» What you will do: The expected output is every entry, repeated word for word.

──────── Record excerpts ────────

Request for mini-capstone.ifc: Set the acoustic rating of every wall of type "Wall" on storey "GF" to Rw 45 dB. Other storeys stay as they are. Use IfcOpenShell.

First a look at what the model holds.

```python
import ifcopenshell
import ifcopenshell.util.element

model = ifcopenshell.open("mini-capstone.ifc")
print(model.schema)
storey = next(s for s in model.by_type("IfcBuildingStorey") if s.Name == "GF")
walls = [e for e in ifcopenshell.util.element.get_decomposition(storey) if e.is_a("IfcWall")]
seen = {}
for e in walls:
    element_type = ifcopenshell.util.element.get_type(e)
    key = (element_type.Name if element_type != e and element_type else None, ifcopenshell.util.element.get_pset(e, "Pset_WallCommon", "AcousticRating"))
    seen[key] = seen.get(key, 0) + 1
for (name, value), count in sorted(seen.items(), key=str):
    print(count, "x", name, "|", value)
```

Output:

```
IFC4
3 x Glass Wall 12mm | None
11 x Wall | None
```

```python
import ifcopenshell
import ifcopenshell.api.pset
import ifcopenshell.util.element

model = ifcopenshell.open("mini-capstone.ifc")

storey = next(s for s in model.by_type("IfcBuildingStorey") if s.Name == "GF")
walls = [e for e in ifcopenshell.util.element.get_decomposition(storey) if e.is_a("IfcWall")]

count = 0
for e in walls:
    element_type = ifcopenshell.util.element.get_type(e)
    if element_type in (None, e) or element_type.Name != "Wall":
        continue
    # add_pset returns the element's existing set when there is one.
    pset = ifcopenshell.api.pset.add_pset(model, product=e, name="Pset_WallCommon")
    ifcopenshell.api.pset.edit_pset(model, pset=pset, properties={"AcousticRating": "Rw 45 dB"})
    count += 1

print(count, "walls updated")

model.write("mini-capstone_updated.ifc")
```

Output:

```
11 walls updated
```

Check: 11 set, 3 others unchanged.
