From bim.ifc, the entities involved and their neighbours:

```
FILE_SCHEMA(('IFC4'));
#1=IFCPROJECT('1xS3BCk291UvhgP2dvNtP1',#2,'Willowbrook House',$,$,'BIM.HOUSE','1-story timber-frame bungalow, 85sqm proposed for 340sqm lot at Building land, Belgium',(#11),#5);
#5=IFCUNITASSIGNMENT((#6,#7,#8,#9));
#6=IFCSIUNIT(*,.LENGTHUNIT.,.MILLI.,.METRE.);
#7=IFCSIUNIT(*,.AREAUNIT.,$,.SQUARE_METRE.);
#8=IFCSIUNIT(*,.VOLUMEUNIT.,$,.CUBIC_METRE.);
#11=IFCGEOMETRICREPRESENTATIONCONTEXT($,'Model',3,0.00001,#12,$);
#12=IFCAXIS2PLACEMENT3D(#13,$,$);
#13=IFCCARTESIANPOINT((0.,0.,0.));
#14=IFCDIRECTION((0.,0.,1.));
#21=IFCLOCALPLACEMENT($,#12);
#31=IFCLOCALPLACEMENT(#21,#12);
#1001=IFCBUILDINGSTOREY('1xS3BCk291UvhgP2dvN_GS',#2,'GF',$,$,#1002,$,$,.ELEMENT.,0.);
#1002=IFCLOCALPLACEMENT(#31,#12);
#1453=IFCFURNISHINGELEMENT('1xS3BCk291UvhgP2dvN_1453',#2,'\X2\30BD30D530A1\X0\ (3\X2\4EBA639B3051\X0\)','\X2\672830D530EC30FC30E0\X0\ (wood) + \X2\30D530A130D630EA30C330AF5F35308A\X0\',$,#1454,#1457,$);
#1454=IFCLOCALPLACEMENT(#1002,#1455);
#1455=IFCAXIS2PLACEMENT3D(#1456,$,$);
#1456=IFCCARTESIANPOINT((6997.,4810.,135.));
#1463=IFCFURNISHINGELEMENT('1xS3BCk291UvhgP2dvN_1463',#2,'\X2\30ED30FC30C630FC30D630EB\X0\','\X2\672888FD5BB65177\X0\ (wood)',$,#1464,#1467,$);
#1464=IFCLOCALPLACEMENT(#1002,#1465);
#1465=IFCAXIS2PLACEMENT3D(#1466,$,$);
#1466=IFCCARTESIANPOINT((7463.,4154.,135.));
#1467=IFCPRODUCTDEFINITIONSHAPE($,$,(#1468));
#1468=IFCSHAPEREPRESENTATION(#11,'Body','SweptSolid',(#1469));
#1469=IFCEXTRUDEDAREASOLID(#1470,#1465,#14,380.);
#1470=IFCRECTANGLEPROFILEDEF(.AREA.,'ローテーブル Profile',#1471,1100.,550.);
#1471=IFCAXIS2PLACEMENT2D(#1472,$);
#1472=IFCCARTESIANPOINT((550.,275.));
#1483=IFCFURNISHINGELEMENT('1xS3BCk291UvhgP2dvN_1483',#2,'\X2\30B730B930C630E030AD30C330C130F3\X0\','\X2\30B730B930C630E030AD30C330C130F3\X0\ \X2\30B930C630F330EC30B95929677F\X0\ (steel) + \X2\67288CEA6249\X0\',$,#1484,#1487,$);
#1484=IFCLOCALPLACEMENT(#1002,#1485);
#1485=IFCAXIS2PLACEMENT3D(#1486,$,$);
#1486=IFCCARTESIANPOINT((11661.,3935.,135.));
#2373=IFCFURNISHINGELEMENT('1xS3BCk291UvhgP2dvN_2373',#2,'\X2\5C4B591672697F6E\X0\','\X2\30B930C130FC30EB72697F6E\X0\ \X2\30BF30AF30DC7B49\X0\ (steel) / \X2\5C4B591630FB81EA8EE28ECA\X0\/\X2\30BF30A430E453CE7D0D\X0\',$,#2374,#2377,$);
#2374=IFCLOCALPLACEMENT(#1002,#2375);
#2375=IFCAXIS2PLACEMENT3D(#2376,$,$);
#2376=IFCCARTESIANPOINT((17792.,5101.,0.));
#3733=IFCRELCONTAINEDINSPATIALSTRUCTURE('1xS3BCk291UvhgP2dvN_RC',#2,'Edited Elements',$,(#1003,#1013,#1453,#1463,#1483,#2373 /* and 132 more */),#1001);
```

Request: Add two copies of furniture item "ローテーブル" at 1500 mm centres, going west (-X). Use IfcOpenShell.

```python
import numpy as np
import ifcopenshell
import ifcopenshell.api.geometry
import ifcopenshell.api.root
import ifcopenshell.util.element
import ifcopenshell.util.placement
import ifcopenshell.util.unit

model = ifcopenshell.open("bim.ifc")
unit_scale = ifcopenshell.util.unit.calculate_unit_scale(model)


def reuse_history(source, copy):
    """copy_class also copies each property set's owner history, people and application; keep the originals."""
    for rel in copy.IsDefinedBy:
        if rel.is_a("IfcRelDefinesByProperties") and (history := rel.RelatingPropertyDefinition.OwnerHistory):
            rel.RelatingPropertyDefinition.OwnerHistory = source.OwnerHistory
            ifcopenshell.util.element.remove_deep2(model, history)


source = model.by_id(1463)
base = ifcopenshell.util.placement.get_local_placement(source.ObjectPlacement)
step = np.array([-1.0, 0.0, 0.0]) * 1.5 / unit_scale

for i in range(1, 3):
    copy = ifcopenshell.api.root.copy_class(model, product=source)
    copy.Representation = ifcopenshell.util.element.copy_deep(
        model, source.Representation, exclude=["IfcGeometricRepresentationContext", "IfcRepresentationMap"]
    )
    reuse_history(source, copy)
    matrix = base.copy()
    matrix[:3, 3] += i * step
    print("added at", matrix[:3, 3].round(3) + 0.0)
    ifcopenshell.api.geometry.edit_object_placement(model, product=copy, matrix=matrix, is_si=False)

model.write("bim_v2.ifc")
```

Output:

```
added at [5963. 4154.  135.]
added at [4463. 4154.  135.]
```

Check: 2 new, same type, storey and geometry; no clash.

────────

» Response below:
Request for mini-capstone.ifc: Set the acoustic rating of every wall of type "Wall" on storey "GF" to Rw 45 dB. Other storeys stay as they are. Use IfcOpenShell.

First a look at what the model holds.

```python
import ifcopenshell
import ifcopenshell.util.element

model = ifcopenshell.open("mini-capstone.ifc")
print(model.schema)
storey = next(s for s in model.by_type("IfcBuildingStorey") if s.Name == "GF")
walls = [e for e in ifcopenshell.util.element.get_decomposition(storey) if e.is_a("IfcWall")]
seen = {}
for e in walls:
    element_type = ifcopenshell.util.element.get_type(e)
    key = (element_type.Name if element_type != e and element_type else None, ifcopenshell.util.element.get_pset(e, "Pset_WallCommon", "AcousticRating"))
    seen[key] = seen.get(key, 0) + 1
for (name, value), count in sorted(seen.items(), key=str):
    print(count, "x", name, "|", value)
```

Output:

```
IFC4
3 x Glass Wall 12mm | None
11 x Wall | None
```

```python
import ifcopenshell
import ifcopenshell.api.pset
import ifcopenshell.util.element

model = ifcopenshell.open("mini-capstone.ifc")

storey = next(s for s in model.by_type("IfcBuildingStorey") if s.Name == "GF")
walls = [e for e in ifcopenshell.util.element.get_decomposition(storey) if e.is_a("IfcWall")]

count = 0
for e in walls:
    element_type = ifcopenshell.util.element.get_type(e)
    if element_type in (None, e) or element_type.Name != "Wall":
        continue
    # add_pset returns the element's existing set when there is one.
    pset = ifcopenshell.api.pset.add_pset(model, product=e, name="Pset_WallCommon")
    ifcopenshell.api.pset.edit_pset(model, pset=pset, properties={"AcousticRating": "Rw 45 dB"})
    count += 1

print(count, "walls updated")

model.write("mini-capstone_updated.ifc")
```

Output:

```
11 walls updated
```

Check: 11 set, 3 others unchanged.
From bim.ifc, the entities involved and their neighbours:

```
FILE_SCHEMA(('IFC4'));
#1=IFCPROJECT('1xS3BCk291UvhgP2dvNtP1',#2,'Willowbrook House',$,$,'BIM.HOUSE','1-story timber-frame bungalow, 85sqm proposed for 340sqm lot at Building land, Belgium',(#11),#5);
#5=IFCUNITASSIGNMENT((#6,#7,#8,#9));
#6=IFCSIUNIT(*,.LENGTHUNIT.,.MILLI.,.METRE.);
#7=IFCSIUNIT(*,.AREAUNIT.,$,.SQUARE_METRE.);
#8=IFCSIUNIT(*,.VOLUMEUNIT.,$,.CUBIC_METRE.);
#11=IFCGEOMETRICREPRESENTATIONCONTEXT($,'Model',3,0.00001,#12,$);
#12=IFCAXIS2PLACEMENT3D(#13,$,$);
#13=IFCCARTESIANPOINT((0.,0.,0.));
#14=IFCDIRECTION((0.,0.,1.));
#21=IFCLOCALPLACEMENT($,#12);
#31=IFCLOCALPLACEMENT(#21,#12);
#1001=IFCBUILDINGSTOREY('1xS3BCk291UvhgP2dvN_GS',#2,'GF',$,$,#1002,$,$,.ELEMENT.,0.);
#1002=IFCLOCALPLACEMENT(#31,#12);
#1453=IFCFURNISHINGELEMENT('1xS3BCk291UvhgP2dvN_1453',#2,'\X2\30BD30D530A1\X0\ (3\X2\4EBA639B3051\X0\)','\X2\672830D530EC30FC30E0\X0\ (wood) + \X2\30D530A130D630EA30C330AF5F35308A\X0\',$,#1454,#1457,$);
#1454=IFCLOCALPLACEMENT(#1002,#1455);
#1455=IFCAXIS2PLACEMENT3D(#1456,$,$);
#1456=IFCCARTESIANPOINT((6997.,4810.,135.));
#1463=IFCFURNISHINGELEMENT('1xS3BCk291UvhgP2dvN_1463',#2,'\X2\30ED30FC30C630FC30D630EB\X0\','\X2\672888FD5BB65177\X0\ (wood)',$,#1464,#1467,$);
#1464=IFCLOCALPLACEMENT(#1002,#1465);
#1465=IFCAXIS2PLACEMENT3D(#1466,$,$);
#1466=IFCCARTESIANPOINT((7463.,4154.,135.));
#1467=IFCPRODUCTDEFINITIONSHAPE($,$,(#1468));
#1468=IFCSHAPEREPRESENTATION(#11,'Body','SweptSolid',(#1469));
#1469=IFCEXTRUDEDAREASOLID(#1470,#1465,#14,380.);
#1470=IFCRECTANGLEPROFILEDEF(.AREA.,'ローテーブル Profile',#1471,1100.,550.);
#1471=IFCAXIS2PLACEMENT2D(#1472,$);
#1472=IFCCARTESIANPOINT((550.,275.));
#1483=IFCFURNISHINGELEMENT('1xS3BCk291UvhgP2dvN_1483',#2,'\X2\30B730B930C630E030AD30C330C130F3\X0\','\X2\30B730B930C630E030AD30C330C130F3\X0\ \X2\30B930C630F330EC30B95929677F\X0\ (steel) + \X2\67288CEA6249\X0\',$,#1484,#1487,$);
#1484=IFCLOCALPLACEMENT(#1002,#1485);
#1485=IFCAXIS2PLACEMENT3D(#1486,$,$);
#1486=IFCCARTESIANPOINT((11661.,3935.,135.));
#2373=IFCFURNISHINGELEMENT('1xS3BCk291UvhgP2dvN_2373',#2,'\X2\5C4B591672697F6E\X0\','\X2\30B930C130FC30EB72697F6E\X0\ \X2\30BF30AF30DC7B49\X0\ (steel) / \X2\5C4B591630FB81EA8EE28ECA\X0\/\X2\30BF30A430E453CE7D0D\X0\',$,#2374,#2377,$);
#2374=IFCLOCALPLACEMENT(#1002,#2375);
#2375=IFCAXIS2PLACEMENT3D(#2376,$,$);
#2376=IFCCARTESIANPOINT((17792.,5101.,0.));
#3733=IFCRELCONTAINEDINSPATIALSTRUCTURE('1xS3BCk291UvhgP2dvN_RC',#2,'Edited Elements',$,(#1003,#1013,#1453,#1463,#1483,#2373 /* and 132 more */),#1001);
```

Request: Add two copies of furniture item "ローテーブル" at 1500 mm centres, going west (-X). Use IfcOpenShell.

```python
import numpy as np
import ifcopenshell
import ifcopenshell.api.geometry
import ifcopenshell.api.root
import ifcopenshell.util.element
import ifcopenshell.util.placement
import ifcopenshell.util.unit

model = ifcopenshell.open("bim.ifc")
unit_scale = ifcopenshell.util.unit.calculate_unit_scale(model)


def reuse_history(source, copy):
    """copy_class also copies each property set's owner history, people and application; keep the originals."""
    for rel in copy.IsDefinedBy:
        if rel.is_a("IfcRelDefinesByProperties") and (history := rel.RelatingPropertyDefinition.OwnerHistory):
            rel.RelatingPropertyDefinition.OwnerHistory = source.OwnerHistory
            ifcopenshell.util.element.remove_deep2(model, history)


source = model.by_id(1463)
base = ifcopenshell.util.placement.get_local_placement(source.ObjectPlacement)
step = np.array([-1.0, 0.0, 0.0]) * 1.5 / unit_scale

for i in range(1, 3):
    copy = ifcopenshell.api.root.copy_class(model, product=source)
    copy.Representation = ifcopenshell.util.element.copy_deep(
        model, source.Representation, exclude=["IfcGeometricRepresentationContext", "IfcRepresentationMap"]
    )
    reuse_history(source, copy)
    matrix = base.copy()
    matrix[:3, 3] += i * step
    print("added at", matrix[:3, 3].round(3) + 0.0)
    ifcopenshell.api.geometry.edit_object_placement(model, product=copy, matrix=matrix, is_si=False)

model.write("bim_v2.ifc")
```

Output:

```
added at [5963. 4154.  135.]
added at [4463. 4154.  135.]
```

Check: 2 new, same type, storey and geometry; no clash.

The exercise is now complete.